Okay; I know there a few of you out there, Parrotheads that. So, I am wondering if any of you are attending MOTM this year and if you would be interested in meeting up for a Herf. Last year we had one with some folks off of another (non-cigar) message board that was attended by a nice crowd. This year it is scheduled again. It will be held Thursday Nov. 2 around noon on the Patio outside the Registration room. This year since I doon't have all the responsibilities I have had in the past I can hang out a little longer.


----------



## Ron1YY (Mar 3, 2005)

I know Greg would love to go to this!!!! He is the ClubStogie #1 Parrothead!!!!!

Back at ya Bro :bx !!!!!

Ron


----------



## ComicBookFreak (Sep 7, 2005)

Ron1YY said:


> I know Greg would love to go to this!!!! He is the ClubStogie #1 Parrothead!!!!!
> 
> Back at ya Bro :bx !!!!!
> 
> Ron


Yeah, NCRM would love this!!










CBF:w


----------



## NCRadioMan (Feb 28, 2005)

Ron1YY said:


> I know Greg would love to go to this!!!! He is the ClubStogie #1 Parrothead!!!!!
> 
> Ron





> Yeah, NCRM would love this!!


:fu the both of yens! :bx :SM 

:ms NCRM


----------



## CigarGal (Jun 2, 2006)

I am a parrothead...there, I have said it.
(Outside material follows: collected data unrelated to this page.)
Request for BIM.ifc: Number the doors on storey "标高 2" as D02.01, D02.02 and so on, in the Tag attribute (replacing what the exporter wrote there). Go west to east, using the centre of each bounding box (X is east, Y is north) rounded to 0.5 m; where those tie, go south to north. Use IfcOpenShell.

First a look at what the model holds.

```python
import ifcopenshell
import ifcopenshell.util.element
import ifcopenshell.util.placement

model = ifcopenshell.open("BIM.ifc")
print(model.schema)
storey = next(s for s in model.by_type("IfcBuildingStorey") if s.Name == "标高 2")
doors = [e for e in ifcopenshell.util.element.get_decomposition(storey) if e.is_a("IfcDoor")]
for e in sorted(doors, key=lambda e: e.id()):
    origin = ifcopenshell.util.placement.get_local_placement(e.ObjectPlacement)[:3, 3]
    print(e.id(), e.Tag, e.Name, origin.round(2) + 0.0, sep=" | ")
```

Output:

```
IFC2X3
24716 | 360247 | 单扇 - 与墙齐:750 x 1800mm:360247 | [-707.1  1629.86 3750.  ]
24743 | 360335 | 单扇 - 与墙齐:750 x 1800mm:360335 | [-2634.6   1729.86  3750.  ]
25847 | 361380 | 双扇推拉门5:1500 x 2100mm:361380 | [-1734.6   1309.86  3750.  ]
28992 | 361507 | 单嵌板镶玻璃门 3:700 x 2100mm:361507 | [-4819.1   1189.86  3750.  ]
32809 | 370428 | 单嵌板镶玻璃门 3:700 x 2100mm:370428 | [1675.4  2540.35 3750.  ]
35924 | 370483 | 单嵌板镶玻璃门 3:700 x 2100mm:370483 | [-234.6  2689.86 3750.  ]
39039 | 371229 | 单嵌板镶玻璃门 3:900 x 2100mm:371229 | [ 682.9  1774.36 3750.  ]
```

```python
import ifcopenshell
import ifcopenshell.geom
import ifcopenshell.util.element
import ifcopenshell.util.shape

model = ifcopenshell.open("BIM.ifc")
settings = ifcopenshell.geom.settings()
settings.set("use-world-coords", True)


def centre(element):
    shape = ifcopenshell.geom.create_shape(settings, element)
    return ifcopenshell.util.shape.get_bbox_centroid(shape.geometry)


storey = next(s for s in model.by_type("IfcBuildingStorey") if s.Name == "标高 2")
doors = [e for e in ifcopenshell.util.element.get_decomposition(storey) if e.is_a("IfcDoor")]

# Insertion points can sit at a corner or the storey origin, so sort by the geometry (in metres).
centres = {e: centre(e) for e in doors}
doors.sort(key=lambda e: (round(centres[e][0] / 0.5), centres[e][1]))

for i, e in enumerate(doors, start=1):
    number = f"D02.{i:02d}"
    e.Tag = number
    print(e.id(), number)

model.write("BIM_updated.ifc")
```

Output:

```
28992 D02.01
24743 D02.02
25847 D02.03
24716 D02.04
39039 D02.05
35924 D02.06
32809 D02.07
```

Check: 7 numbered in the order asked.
I love Jimmy! Too bad I live so far away. What is MOTM?


----------



## DriftyGypsy (May 24, 2006)

CigarGal said:


> What is MOTM?


MOTM = Meeting of the Minds, the Annual Parrot Head Club Convention. Since 1998 it has been held in Key West Florida. The convention is only open to members of Parrot Heads In Paradise chartered Parrot Head Clubs. It is basically a four day tailgate party.


----------



## BP22 (Apr 13, 2006)

CigarGal said:


> I am a parrothead...there, I have said it. I love Jimmy! Too bad I live so far away. What is MOTM?


:tpd:

Me too! In fact I went to his millenium new year's eve show, which was one of the coolest experiences of my life. :al :w


----------